• [ACTIVITY]: Copy out each line in the listing below where the word "SweptSolid" appears.
Segment Start: SOURCE MATERIAL
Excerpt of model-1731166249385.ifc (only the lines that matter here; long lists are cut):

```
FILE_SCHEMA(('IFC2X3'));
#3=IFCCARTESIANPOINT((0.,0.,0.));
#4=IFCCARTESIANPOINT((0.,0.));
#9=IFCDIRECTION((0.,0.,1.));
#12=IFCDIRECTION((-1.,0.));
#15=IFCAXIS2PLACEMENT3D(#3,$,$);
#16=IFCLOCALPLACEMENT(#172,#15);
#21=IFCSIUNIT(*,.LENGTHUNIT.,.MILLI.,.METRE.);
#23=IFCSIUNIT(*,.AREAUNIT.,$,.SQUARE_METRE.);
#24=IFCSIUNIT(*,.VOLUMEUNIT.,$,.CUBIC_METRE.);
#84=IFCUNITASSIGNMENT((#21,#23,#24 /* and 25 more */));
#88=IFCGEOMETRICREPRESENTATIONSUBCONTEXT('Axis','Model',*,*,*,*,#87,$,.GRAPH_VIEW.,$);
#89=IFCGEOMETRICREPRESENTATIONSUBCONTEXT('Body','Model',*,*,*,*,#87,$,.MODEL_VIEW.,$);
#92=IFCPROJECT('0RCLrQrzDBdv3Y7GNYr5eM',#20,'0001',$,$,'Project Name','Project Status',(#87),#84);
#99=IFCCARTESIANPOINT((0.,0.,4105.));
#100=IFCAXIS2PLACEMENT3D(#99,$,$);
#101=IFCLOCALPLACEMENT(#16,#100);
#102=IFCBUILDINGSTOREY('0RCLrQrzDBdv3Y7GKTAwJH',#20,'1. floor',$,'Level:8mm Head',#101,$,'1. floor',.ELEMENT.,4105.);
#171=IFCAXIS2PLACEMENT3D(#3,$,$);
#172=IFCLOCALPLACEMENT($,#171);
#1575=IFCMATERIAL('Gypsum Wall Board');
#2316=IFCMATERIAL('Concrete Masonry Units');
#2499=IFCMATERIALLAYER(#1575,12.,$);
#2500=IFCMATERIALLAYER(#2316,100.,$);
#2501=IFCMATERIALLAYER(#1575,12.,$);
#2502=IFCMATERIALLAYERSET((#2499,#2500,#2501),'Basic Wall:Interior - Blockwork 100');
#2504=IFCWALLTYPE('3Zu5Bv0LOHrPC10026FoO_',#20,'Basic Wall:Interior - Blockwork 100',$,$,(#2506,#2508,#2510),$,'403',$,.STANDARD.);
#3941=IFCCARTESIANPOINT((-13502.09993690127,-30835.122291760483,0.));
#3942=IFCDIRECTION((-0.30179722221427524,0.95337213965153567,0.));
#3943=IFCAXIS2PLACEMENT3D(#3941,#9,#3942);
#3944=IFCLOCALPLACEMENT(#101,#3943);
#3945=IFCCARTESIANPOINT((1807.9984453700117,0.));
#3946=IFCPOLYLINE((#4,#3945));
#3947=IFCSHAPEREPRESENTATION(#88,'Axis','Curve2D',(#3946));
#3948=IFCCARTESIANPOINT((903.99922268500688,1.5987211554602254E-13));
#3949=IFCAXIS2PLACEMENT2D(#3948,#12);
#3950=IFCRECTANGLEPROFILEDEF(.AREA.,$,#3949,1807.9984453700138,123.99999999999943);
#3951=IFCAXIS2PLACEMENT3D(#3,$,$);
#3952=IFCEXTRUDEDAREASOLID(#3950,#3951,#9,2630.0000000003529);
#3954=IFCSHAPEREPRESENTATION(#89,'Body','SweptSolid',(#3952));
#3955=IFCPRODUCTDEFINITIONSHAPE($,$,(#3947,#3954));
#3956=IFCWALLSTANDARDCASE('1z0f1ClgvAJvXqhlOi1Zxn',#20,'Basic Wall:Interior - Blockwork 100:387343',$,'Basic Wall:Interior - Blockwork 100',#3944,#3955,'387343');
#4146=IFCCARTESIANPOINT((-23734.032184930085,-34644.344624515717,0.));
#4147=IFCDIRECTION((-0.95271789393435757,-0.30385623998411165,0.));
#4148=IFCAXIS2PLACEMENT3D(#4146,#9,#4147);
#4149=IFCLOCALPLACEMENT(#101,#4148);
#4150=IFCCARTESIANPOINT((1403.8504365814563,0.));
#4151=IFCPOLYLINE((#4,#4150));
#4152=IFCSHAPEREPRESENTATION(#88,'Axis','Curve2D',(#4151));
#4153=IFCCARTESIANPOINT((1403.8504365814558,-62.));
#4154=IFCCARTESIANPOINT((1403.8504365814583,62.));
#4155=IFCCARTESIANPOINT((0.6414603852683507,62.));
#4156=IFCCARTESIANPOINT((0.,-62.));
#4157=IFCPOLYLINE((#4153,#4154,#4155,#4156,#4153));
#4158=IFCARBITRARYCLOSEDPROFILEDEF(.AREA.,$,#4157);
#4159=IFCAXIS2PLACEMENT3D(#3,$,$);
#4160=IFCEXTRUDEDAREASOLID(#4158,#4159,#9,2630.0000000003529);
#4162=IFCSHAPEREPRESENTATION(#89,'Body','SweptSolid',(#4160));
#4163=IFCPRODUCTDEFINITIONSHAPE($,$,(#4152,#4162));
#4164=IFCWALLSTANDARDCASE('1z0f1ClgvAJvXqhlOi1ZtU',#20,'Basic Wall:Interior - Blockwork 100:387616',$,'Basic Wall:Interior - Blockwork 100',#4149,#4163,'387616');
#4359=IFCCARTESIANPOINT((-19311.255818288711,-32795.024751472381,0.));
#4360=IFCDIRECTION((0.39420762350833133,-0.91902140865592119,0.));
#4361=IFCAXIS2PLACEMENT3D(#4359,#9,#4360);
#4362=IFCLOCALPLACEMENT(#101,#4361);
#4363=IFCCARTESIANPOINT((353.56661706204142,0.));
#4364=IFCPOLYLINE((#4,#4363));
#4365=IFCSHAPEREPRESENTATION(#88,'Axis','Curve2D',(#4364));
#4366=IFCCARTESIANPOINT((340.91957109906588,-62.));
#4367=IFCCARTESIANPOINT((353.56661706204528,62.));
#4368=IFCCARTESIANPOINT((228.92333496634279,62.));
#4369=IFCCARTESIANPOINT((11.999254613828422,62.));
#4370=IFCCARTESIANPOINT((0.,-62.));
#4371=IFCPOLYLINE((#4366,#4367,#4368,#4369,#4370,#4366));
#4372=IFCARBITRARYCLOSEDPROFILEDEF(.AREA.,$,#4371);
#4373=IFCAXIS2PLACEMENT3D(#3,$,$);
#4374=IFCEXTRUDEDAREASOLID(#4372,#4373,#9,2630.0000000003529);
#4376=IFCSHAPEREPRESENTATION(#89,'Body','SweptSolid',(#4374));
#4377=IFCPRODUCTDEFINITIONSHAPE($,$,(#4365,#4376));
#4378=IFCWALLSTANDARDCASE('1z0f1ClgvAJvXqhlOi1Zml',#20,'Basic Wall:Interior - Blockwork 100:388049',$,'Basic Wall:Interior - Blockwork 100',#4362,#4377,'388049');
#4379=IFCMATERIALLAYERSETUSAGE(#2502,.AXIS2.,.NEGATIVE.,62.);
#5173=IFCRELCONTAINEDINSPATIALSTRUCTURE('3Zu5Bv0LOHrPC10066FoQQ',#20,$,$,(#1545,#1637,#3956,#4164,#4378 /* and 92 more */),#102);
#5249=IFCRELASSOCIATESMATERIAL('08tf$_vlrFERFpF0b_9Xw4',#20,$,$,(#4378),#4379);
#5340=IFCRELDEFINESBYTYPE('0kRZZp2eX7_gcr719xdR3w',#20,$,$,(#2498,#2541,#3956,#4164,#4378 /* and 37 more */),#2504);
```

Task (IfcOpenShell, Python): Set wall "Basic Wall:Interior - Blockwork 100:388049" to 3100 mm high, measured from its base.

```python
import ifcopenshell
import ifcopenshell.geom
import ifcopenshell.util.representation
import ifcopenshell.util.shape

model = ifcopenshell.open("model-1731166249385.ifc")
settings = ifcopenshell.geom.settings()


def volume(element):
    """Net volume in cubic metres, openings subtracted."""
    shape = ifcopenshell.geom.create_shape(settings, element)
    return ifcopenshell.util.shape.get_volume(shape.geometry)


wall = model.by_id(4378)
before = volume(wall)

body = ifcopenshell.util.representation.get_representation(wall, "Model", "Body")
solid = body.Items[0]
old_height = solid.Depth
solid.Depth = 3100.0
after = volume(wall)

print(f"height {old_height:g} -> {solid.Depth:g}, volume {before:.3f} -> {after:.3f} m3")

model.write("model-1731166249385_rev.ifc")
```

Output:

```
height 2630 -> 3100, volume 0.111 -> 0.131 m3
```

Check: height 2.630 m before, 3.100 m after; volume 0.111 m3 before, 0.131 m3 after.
Segment End: SOURCE MATERIAL
• [SOLUTION]:
#3954=IFCSHAPEREPRESENTATION(#89,'Body','SweptSolid',(#3952));
#4162=IFCSHAPEREPRESENTATION(#89,'Body','SweptSolid',(#4160));
#4376=IFCSHAPEREPRESENTATION(#89,'Body','SweptSolid',(#4374));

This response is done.